The marginal cost (in dollars per square foot) of installing \( x \) square feet of kitchen countertop is given by \( \mathrm{C}^{\prime}(\mathrm{x})=\mathrm{x}^{\frac{5}{6}} \) a) Find the cost of installing \( 60 \mathrm{ft}^{2} \) of countertop. b) Find the cost of installing an extra \( 13 \mathrm{ft}^{2} \) of countertop after \( 60 \mathrm{ft}^{2} \) have already been installed. a) Set up the integral for the cost of installing \( 60 \mathrm{ft}^{2} \) of countertop. c( 60\( )=\int_{0} \square \mathrm{dx} \)

To find the cost of installing \( 60 \, \text{ft}^2 \) of kitchen countertop, we need to integrate the marginal cost function \( C'(x) = x^{\frac{5}{6}} \) from \( 0 \) to \( 60 \). ### a) Set up the integral for the cost of installing \( 60 \, \text{ft}^2 \) of countertop. The cost function \( C(x) \) can be found by integrating the marginal cost function: \[ C(60) = \int_{0}^{60} C'(x) \, dx = \int_{0}^{60} x^{\frac{5}{6}} \, dx \] ### b) Find the cost of installing \( 60 \, \text{ft}^2 \) of countertop.
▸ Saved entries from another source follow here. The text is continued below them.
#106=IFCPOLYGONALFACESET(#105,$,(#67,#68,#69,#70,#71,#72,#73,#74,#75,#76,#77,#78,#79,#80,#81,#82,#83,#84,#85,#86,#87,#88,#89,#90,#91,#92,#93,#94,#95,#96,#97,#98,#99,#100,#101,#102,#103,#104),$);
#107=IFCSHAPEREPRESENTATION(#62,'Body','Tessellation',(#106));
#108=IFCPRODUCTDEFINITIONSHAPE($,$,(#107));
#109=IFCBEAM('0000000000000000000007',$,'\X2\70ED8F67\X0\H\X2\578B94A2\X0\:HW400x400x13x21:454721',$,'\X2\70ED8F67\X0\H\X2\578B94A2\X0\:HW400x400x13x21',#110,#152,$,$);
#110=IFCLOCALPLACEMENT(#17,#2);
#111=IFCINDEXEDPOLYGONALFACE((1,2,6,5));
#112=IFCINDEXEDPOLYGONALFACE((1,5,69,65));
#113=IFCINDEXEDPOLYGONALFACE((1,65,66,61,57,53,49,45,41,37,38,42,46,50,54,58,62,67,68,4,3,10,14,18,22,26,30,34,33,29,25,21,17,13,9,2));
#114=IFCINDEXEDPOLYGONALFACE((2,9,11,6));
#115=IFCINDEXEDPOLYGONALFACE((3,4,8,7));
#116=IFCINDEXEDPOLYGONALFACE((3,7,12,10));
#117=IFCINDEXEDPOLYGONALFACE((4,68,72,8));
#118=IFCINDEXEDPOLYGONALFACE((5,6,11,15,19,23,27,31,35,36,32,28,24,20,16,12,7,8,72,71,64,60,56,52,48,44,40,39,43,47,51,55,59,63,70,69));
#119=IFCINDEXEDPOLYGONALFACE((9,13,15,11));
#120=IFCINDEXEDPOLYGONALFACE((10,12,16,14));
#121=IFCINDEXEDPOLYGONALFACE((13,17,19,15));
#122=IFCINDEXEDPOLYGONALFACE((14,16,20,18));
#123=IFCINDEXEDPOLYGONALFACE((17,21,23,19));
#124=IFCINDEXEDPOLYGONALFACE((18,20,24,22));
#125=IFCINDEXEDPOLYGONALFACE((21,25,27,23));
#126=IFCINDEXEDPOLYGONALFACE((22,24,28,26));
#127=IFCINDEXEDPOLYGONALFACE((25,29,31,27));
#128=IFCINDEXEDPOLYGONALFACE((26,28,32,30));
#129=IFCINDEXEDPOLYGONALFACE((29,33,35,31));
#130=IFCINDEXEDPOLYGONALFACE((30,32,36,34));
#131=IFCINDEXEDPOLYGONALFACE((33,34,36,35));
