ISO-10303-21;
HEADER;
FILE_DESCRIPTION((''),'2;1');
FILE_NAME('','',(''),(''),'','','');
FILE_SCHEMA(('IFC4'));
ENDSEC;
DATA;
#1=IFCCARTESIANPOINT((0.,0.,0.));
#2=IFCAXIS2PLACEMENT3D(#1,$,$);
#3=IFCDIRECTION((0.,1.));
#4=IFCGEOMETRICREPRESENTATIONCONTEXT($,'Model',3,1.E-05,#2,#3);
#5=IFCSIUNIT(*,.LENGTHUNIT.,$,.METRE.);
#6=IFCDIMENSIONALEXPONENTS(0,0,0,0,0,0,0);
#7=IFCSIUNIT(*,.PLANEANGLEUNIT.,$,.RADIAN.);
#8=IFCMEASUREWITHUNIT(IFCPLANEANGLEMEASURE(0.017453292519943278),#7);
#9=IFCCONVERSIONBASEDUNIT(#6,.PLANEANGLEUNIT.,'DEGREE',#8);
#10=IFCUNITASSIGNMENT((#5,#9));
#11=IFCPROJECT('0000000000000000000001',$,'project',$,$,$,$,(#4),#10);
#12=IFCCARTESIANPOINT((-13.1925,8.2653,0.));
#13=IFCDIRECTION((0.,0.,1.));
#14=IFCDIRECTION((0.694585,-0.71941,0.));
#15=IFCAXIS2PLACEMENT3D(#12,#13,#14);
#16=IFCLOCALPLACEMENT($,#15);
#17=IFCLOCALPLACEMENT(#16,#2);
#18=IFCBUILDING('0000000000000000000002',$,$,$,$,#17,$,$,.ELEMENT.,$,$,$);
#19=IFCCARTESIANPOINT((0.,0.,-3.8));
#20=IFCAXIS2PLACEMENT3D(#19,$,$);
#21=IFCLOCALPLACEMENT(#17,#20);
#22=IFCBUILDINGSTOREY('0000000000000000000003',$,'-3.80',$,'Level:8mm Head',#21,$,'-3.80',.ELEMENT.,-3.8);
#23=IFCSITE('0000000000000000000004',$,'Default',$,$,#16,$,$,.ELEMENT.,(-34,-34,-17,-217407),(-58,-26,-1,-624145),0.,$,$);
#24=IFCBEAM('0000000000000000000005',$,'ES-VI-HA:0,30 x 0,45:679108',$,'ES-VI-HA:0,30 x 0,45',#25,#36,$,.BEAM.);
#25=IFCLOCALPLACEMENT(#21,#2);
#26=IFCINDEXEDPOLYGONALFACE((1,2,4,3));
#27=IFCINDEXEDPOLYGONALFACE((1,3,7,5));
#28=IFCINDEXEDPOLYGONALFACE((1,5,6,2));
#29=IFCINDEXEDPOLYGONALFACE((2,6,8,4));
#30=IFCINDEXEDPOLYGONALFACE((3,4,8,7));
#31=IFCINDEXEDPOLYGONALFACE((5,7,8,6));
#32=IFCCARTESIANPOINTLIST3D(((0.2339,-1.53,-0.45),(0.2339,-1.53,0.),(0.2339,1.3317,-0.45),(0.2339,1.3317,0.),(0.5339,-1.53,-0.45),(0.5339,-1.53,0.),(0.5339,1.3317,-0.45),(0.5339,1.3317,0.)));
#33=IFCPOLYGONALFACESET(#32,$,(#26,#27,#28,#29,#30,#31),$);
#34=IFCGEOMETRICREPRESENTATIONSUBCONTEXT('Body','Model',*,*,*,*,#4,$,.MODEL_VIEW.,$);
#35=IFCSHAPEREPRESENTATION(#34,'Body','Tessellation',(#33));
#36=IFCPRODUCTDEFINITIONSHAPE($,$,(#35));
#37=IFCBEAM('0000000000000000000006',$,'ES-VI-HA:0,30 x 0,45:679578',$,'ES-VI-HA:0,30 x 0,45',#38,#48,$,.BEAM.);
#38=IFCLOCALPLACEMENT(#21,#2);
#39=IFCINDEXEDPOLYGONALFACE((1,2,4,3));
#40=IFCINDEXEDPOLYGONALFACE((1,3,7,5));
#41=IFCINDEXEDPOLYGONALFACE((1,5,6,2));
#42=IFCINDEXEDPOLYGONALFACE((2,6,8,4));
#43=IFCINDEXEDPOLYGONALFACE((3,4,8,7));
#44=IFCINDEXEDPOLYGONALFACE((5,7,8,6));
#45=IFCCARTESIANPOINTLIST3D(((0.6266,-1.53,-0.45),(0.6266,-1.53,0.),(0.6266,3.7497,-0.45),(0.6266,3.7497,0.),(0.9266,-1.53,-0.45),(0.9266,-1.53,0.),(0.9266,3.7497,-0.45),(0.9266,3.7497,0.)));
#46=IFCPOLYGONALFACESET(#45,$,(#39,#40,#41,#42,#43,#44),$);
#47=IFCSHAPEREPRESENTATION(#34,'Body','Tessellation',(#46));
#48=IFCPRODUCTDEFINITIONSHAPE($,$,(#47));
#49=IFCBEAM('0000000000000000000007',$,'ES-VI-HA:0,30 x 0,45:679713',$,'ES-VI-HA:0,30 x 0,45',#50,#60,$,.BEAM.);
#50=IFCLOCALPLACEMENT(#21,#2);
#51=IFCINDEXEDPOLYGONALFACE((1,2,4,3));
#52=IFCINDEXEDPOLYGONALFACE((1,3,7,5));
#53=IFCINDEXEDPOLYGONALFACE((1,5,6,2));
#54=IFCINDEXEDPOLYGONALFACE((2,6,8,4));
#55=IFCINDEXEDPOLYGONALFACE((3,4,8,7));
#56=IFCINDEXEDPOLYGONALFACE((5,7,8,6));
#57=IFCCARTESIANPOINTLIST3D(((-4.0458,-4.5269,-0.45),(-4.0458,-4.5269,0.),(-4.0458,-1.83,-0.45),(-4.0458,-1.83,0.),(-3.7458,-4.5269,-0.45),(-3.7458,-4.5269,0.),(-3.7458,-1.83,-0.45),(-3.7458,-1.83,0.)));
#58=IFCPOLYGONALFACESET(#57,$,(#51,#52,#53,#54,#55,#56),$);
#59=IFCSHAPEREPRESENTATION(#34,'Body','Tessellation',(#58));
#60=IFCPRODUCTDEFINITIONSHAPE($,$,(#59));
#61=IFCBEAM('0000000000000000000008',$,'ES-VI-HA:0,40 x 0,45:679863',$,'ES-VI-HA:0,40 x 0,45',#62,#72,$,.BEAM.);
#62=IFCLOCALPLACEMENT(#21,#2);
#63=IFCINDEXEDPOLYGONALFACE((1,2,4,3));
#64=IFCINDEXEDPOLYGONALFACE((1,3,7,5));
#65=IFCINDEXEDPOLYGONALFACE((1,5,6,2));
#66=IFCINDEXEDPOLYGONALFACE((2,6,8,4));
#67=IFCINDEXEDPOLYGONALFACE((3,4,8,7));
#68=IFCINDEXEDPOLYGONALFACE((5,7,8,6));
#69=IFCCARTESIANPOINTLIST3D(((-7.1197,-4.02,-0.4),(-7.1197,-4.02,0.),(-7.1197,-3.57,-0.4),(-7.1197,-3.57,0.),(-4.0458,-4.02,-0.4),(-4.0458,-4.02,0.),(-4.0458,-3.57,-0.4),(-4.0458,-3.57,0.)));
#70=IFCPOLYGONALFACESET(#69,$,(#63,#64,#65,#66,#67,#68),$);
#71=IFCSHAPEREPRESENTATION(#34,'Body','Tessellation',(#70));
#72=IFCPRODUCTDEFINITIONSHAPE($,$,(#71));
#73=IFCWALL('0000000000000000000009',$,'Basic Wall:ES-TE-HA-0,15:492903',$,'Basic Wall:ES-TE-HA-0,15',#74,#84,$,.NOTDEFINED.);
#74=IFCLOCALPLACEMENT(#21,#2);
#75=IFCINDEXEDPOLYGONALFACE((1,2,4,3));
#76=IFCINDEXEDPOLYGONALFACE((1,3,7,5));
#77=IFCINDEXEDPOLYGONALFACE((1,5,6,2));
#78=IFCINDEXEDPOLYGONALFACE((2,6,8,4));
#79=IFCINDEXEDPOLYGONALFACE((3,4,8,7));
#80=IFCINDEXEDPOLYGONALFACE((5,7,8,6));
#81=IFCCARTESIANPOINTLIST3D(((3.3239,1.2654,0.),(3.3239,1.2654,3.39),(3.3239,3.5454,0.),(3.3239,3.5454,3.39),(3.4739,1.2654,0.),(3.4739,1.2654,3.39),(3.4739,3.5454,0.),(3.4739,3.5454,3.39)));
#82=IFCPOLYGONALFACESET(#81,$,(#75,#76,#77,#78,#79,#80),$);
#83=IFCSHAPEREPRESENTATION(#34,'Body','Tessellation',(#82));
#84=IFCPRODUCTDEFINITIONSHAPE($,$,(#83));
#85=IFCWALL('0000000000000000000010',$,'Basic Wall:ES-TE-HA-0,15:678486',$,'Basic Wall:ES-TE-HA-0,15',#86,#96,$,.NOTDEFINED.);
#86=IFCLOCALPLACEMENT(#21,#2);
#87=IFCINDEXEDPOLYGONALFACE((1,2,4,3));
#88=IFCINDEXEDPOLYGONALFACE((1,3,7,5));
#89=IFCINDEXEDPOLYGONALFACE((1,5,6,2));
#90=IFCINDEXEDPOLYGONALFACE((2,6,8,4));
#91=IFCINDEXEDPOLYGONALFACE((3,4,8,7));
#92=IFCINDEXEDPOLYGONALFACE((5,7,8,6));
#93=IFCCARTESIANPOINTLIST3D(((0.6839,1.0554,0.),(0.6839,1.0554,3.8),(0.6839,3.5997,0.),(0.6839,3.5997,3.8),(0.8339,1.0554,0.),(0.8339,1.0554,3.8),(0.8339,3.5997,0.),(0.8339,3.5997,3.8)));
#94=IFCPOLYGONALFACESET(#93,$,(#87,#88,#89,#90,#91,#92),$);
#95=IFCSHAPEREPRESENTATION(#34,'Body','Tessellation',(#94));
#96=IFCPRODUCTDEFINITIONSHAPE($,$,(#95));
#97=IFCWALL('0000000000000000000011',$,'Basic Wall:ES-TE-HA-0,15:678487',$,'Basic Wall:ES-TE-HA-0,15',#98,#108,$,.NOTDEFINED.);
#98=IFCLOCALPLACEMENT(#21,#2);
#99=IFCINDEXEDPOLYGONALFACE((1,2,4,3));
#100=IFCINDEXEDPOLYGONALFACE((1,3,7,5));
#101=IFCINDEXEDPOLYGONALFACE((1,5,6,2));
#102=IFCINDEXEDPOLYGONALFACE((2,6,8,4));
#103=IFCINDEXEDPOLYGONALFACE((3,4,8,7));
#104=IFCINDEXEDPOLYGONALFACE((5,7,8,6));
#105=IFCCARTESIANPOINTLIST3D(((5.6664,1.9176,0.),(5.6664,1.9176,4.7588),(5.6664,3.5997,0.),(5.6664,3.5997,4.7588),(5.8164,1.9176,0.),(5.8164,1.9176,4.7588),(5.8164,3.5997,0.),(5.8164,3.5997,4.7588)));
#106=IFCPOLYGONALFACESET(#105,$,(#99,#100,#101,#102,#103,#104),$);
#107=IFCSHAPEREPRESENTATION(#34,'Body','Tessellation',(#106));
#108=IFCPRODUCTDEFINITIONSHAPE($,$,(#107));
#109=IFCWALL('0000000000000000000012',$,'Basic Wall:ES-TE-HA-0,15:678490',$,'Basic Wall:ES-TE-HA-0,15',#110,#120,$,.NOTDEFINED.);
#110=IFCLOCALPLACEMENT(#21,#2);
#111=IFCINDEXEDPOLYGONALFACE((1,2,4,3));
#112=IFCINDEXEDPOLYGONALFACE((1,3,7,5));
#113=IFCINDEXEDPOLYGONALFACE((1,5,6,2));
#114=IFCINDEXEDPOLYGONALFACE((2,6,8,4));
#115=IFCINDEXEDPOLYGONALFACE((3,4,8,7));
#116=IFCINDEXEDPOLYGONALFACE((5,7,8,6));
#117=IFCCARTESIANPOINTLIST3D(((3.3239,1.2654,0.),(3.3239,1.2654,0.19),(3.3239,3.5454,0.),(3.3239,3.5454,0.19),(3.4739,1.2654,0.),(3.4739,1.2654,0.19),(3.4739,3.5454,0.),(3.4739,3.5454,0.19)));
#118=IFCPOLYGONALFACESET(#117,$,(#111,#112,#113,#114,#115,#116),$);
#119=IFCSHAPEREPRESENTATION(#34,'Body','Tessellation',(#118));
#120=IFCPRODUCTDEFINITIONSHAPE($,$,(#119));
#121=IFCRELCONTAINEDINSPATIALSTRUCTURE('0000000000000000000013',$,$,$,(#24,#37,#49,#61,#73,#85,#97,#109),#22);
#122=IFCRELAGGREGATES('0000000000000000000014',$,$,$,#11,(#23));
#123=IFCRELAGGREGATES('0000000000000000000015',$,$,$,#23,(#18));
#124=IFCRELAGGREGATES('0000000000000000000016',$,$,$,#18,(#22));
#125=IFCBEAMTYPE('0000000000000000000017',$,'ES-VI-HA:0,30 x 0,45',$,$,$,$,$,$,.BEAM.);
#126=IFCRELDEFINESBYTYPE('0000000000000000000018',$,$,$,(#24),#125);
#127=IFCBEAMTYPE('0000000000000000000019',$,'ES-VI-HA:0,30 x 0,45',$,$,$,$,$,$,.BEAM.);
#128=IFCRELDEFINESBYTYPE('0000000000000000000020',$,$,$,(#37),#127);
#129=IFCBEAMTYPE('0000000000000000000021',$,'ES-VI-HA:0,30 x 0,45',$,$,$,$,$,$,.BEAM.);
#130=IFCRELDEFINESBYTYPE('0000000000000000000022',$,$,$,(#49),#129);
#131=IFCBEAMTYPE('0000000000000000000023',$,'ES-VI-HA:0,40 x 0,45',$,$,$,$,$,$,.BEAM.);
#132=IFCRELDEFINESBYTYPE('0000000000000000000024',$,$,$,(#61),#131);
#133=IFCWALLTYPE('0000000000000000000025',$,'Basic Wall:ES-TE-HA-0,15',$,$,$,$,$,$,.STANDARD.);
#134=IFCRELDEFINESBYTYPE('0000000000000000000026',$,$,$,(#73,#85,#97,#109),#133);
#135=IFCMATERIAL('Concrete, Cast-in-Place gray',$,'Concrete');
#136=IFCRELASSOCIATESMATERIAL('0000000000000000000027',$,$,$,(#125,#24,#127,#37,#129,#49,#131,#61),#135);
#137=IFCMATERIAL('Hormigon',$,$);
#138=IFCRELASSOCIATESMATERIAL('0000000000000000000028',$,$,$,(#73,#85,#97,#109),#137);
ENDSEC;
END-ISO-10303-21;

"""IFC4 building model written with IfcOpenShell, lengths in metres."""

from ifc_helpers import new_model, entity, si_unit, converted_unit, direction, frame, origin, place, context, subcontext, project, spatial, indexed_curve, outline, extrude, source, transform, mapped, material, type_object, type_shapes, element, save


model = new_model("IFC4")

# Units and contexts
model_context = context("Model", 3, precision=1e-05, world=origin(), true_north=direction((0.0, 1.0)))
body_context = subcontext(model_context, "Body", "Model", "MODEL_VIEW")
ifc_project = project(units=[si_unit("LENGTHUNIT", "METRE"), converted_unit("PLANEANGLEUNIT", "DEGREE", entity("IfcPlaneAngleMeasure", 0.017453292519943278), si_unit("PLANEANGLEUNIT", "RADIAN"), dimensions=[0, 0, 0, 0, 0, 0, 0])], contexts=[model_context])

# Site, building, storey
site_placement = place(None, frame((-13.1925, 8.2653, 0.0), z_axis=(0.0, 0.0, 1.0), x_axis=(0.694585, -0.71941, 0.0)))
site = spatial("IfcSite", under=ifc_project, at=site_placement, Name="Default", CompositionType="ELEMENT", RefLatitude=(-34, -34, -17, -217407), RefLongitude=(-58, -26, -1, -624145), RefElevation=0.0)
building_placement = place(site_placement, origin())
building = spatial("IfcBuilding", under=site, at=building_placement, CompositionType="ELEMENT")
storey_placement = place(building_placement, frame((0.0, 0.0, -3.8)))
storey = spatial("IfcBuildingStorey", under=building, at=storey_placement, Name="-3.80", ObjectType="Level:8mm Head", LongName="-3.80", CompositionType="ELEMENT", Elevation=-3.8)

# Beams
ifc_material_1 = material(Name="Concrete, Cast-in-Place gray", Category="Concrete")
beam_type_1 = type_object("IfcBeamType", Name="ES-VI-HA:0,30 x 0,45", PredefinedType="BEAM", material=ifc_material_1)
shared_shape_1 = source(origin(), body_context, "Body", "SweptSolid", [
    extrude(outline(indexed_curve([(-0.15, -0.225), (0.15, -0.225), (0.15, 0.225), (-0.15, 0.225), (-0.15, -0.225)], self_intersect=False)), frame((0.3839, -1.53, -4.025), z_axis=(0.0, 1.0, 0.0), x_axis=(-1.0, 0.0, 0.0)), (0.0, 0.0, 1.0), 2.8617),
])
type_shapes(beam_type_1, [shared_shape_1])
beam_1_placement = place(storey_placement, frame((0.0, 0.0, 3.8)))
element("IfcBeam", 1, at=beam_1_placement, inside=storey, type_object=beam_type_1, material=ifc_material_1, Name="ES-VI-HA:0,30 x 0,45:679108", ObjectType="ES-VI-HA:0,30 x 0,45", PredefinedType="BEAM", context=body_context, shape_type="MappedRepresentation", body=[
    mapped(shared_shape_1, transform((0.0, 0.0, 0.0), scale=1.0)),
])
beam_type_2 = type_object("IfcBeamType", Name="ES-VI-HA:0,30 x 0,45", PredefinedType="BEAM", material=ifc_material_1)
shared_shape_2 = source(origin(), body_context, "Body", "SweptSolid", [
    extrude(outline(indexed_curve([(-0.15, -0.225), (0.15, -0.225), (0.15, 0.225), (-0.15, 0.225), (-0.15, -0.225)], self_intersect=False)), frame((0.7766, -1.53, -4.025), z_axis=(0.0, 1.0, 0.0), x_axis=(-1.0, 0.0, 0.0)), (0.0, 0.0, 1.0), 5.2797),
])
Now we will evaluate the integral: \[ C(60) = \int_{0}^{60} x^{\frac{5}{6}} \, dx \] To compute this integral, we first find the antiderivative of \( x^{\frac{5}{6}} \): \[ \int x^{\frac{5}{6}} \, dx = \frac{x^{\frac{5}{6} + 1}}{\frac{5}{6} + 1} = \frac{x^{\frac{11}{6}}}{\frac{11}{6}} = \frac{6}{11} x^{\frac{11}{6}} \] Now we evaluate this from \( 0 \) to \( 60 \): \[ C(60) = \left[ \frac{6}{11} x^{\frac{11}{6}} \right]_{0}^{60} = \frac{6}{11} (60^{\frac{11}{6}} - 0^{\frac{11}{6}}) \] Calculating \( 60^{\frac{11}{6}} \): \[ 60^{\frac{11}{6}} = (60^{\frac{1}{6}})^{11} = 60^{1.8333} \approx 1030.4 \quad \text{(using a calculator)} \] Thus, \[ C(60) = \frac{6}{11} \cdot 1030.4 \approx 561.2 \] So, the cost of installing \( 60 \, \text{ft}^2 \) of countertop is approximately **$561.20**. ### c) Find the cost of installing an extra \( 13 \, \text{ft}^2 \) of countertop after \( 60 \, \text{ft}^2 \) have already been installed. To find the cost of installing an additional \( 13 \, \text{ft}^2 \) after \( 60 \, \text{ft}^2 \), we need to evaluate the integral from \( 60 \) to \( 73 \): \[ C(73) - C(60) = \int_{60}^{73} C'(x) \, dx = \int_{60}^{73} x^{\frac{5}{6}} \, dx \] Calculating this integral: \[ \int_{60}^{73} x^{\frac{5}{6}} \, dx = \left[ \frac{6}{11} x^{\frac{11}{6}} \right]_{60}^{73} \] Now we need to calculate \( 73^{\frac{11}{6}} \): \[ 73^{\frac{11}{6}} \approx 1130.4 \quad \text{(using a calculator)} \] Now we can evaluate: \[ C(73) - C(60) = \frac{6}{11} (73^{\frac{11}{6}} - 60^{\frac{11}{6}}) = \frac{6}{11} (1130.4 - 1030.4) = \frac{6}{11} \cdot 100 \] Calculating this gives: \[ C(73) - C(60) = \frac{600}{11} \approx 54.55 \] So, the cost of installing an extra \( 13 \, \text{ft}^2 \) of countertop after \( 60 \, \text{ft}^2 \) have already been installed is approximately **$54.55**.